Entró y cerró la puerta. Patrick Kemper estaba al otro de una mesa, hablando por teléfono. Era un hombre bajo y fornido, de cabeza grande y pesada, orejas carnosas y apretadas, peluquín castaño y facciones constantemente contraídas con una expresión de victimismo. Su despacho destacaba por su desnudez: aparte de una foto enmarcada del Britannia y de algunos carteles promocionales internos de la North Star, prácticamente no había decoración, ni muebles. Según el reloj de la pared del fondo, eran las doce en punto del mediodía.

Colgó el teléfono.

—Siéntese.

—Gracias. —Pendergast se sentó en una de las dos sillas no acolchadas que había frente a la mesa—. ¿Quería verme?

La expresión de Kemper se volvió aún más sufrida.

—No exactamente.
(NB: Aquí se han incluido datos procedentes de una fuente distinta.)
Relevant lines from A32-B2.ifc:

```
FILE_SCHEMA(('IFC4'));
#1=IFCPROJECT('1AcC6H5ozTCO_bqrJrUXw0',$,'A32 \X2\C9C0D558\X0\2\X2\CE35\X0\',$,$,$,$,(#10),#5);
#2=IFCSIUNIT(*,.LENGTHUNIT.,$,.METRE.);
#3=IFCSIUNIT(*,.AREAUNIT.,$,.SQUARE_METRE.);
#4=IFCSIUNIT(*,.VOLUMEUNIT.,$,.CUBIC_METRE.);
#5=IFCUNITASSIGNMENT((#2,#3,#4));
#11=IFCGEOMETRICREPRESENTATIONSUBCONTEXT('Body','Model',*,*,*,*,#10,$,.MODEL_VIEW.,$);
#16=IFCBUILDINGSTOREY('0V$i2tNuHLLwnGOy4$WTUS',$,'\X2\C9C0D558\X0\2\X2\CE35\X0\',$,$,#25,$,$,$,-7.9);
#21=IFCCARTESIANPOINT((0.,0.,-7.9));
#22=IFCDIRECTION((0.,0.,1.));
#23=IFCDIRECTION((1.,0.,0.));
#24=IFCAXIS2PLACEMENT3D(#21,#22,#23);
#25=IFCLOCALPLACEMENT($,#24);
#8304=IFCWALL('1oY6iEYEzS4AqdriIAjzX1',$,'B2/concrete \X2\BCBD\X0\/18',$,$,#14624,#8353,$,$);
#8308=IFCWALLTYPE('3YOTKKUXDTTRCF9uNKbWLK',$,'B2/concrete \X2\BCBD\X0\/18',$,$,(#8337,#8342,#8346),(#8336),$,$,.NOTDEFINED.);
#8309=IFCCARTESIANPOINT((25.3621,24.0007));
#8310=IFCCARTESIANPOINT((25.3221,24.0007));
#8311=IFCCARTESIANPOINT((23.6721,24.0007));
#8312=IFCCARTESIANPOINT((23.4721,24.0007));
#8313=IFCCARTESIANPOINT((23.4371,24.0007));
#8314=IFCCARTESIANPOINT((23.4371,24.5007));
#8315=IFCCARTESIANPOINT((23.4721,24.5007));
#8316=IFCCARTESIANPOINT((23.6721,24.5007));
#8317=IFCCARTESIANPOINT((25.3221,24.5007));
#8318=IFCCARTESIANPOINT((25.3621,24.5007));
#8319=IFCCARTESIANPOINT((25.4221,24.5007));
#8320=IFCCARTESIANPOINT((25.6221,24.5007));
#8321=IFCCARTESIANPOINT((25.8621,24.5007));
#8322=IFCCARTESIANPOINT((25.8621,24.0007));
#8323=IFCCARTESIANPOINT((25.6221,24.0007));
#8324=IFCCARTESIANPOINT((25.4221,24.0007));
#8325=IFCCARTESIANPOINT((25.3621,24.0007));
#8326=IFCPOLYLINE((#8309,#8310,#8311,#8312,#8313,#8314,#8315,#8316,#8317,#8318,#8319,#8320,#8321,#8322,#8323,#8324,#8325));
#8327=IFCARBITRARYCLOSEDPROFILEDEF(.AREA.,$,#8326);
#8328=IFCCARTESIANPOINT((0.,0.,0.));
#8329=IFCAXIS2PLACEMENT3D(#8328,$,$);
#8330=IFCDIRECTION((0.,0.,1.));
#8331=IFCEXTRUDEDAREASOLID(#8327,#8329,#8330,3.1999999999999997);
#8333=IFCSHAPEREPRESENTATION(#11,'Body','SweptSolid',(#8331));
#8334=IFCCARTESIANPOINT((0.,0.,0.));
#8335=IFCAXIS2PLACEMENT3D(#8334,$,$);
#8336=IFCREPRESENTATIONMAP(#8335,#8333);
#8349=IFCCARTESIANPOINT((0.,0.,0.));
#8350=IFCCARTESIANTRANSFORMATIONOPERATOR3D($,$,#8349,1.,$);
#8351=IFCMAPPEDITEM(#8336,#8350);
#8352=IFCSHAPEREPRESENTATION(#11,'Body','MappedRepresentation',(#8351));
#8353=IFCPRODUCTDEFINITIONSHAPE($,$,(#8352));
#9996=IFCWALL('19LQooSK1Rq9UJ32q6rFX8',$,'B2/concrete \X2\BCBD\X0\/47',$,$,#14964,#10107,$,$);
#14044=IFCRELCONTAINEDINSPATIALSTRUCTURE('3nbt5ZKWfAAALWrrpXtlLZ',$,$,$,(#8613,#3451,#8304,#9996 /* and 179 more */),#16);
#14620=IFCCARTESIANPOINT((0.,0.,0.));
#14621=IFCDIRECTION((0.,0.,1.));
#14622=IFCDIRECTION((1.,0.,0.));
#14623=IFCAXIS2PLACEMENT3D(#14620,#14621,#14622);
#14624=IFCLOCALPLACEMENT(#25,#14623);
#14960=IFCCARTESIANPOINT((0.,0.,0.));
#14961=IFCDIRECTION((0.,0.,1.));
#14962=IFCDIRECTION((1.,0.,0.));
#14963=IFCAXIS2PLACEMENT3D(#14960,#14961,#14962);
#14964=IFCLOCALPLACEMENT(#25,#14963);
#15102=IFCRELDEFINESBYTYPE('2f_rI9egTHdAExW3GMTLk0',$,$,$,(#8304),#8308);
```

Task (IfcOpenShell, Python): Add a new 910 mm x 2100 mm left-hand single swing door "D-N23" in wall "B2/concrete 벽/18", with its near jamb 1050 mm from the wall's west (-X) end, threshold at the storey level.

```python
import numpy as np
import ifcopenshell
import ifcopenshell.api.feature
import ifcopenshell.api.geometry
import ifcopenshell.api.root
import ifcopenshell.api.spatial
import ifcopenshell.geom
import ifcopenshell.util.element
import ifcopenshell.util.placement
import ifcopenshell.util.representation
import ifcopenshell.util.shape
import ifcopenshell.util.unit

model = ifcopenshell.open("A32-B2.ifc")
unit_scale = ifcopenshell.util.unit.calculate_unit_scale(model)
settings = ifcopenshell.geom.settings()


def volume(element):
    """Net volume in cubic metres, openings subtracted."""
    shape = ifcopenshell.geom.create_shape(settings, element)
    return ifcopenshell.util.shape.get_volume(shape.geometry)


wall = model.by_guid("1oY6iEYEzS4AqdriIAjzX1")
storey = ifcopenshell.util.element.get_container(wall, ifc_class="IfcBuildingStorey")
context = ifcopenshell.util.representation.get_context(model, "Model", "Body", "MODEL_VIEW")
before = volume(wall)

width, height, from_end, sill = 0.91, 2.1, 1.05, 0.0  # metres

# The wall runs along its own X axis, and the end named is its -X end.
wall_shape = ifcopenshell.geom.create_shape(settings, wall)
x, y, z = ifcopenshell.util.shape.get_vertices(wall_shape.geometry).T
start = x.min() + from_end
face, thickness = float(y.min()), float(y.max() - y.min())
wall_matrix = ifcopenshell.util.placement.get_local_placement(wall.ObjectPlacement)
level = ifcopenshell.util.placement.get_local_placement(storey.ObjectPlacement)[2, 3]


def in_wall(x, y):
    """Placement at x, y metres in the wall's axes, at sill height."""
    matrix = wall_matrix.copy()
    matrix[:, 3] = wall_matrix @ np.array([x / unit_scale, y / unit_scale, 0.0, 1.0])
    matrix[2, 3] = level + sill / unit_scale
    return matrix


# Opening: a box that overshoots both wall faces by 50 mm.
opening = ifcopenshell.api.root.create_entity(model, ifc_class="IfcOpeningElement", predefined_type="OPENING")
box = ifcopenshell.api.geometry.add_wall_representation(
    model, context=context, length=width, height=height, thickness=thickness + 0.1
)
ifcopenshell.api.geometry.assign_representation(model, product=opening, representation=box)
ifcopenshell.api.geometry.edit_object_placement(model, product=opening, matrix=in_wall(start, face - 0.05), is_si=False)
ifcopenshell.api.feature.add_feature(model, feature=opening, element=wall)

door = ifcopenshell.api.root.create_entity(model, ifc_class="IfcDoor", name="D-N23", predefined_type="DOOR")
door.OverallWidth, door.OverallHeight = width / unit_scale, height / unit_scale
door.OperationType = "SINGLE_SWING_LEFT"
body = ifcopenshell.api.geometry.add_door_representation(
    model,
    context=context,
    overall_width=door.OverallWidth,
    overall_height=door.OverallHeight,
    operation_type="SINGLE_SWING_LEFT",
    lining_properties={"LiningDepth": thickness / unit_scale, "ThresholdDepth": thickness / unit_scale},
)
ifcopenshell.api.geometry.assign_representation(model, product=door, representation=body)
ifcopenshell.api.spatial.assign_container(model, products=[door], relating_structure=storey)
ifcopenshell.api.feature.add_filling(model, opening=opening, element=door)

# The lining spans the wall, so the door starts at the wall face.
ifcopenshell.api.geometry.edit_object_placement(model, product=door, matrix=in_wall(start, face), is_si=False)

after = volume(wall)

print(f"wall volume {before:.3f} -> {after:.3f} m3")

model.write("A32-B2_v2.ifc")
```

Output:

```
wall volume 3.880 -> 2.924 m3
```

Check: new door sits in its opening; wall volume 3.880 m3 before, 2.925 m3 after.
Lo ha pedido Hentoff.

Pendergast hizo una mueca al oír su acento.

—De modo que el director del casino ha aceptado mi pequeña propuesta. Magnífico. Estaré encantado de devolverles el favor esta misma noche, cuando aparezcan los contadores de cartas para un nuevo trabajito nocturno.

—Deje los detalles para cuando vea a Hentoff.

—Qué amable.

Kemper suspiró.

—Ahora mismo estoy muy ocupado, por lo que espero que no nos extendamos mucho. ¿Qué necesita exactamente?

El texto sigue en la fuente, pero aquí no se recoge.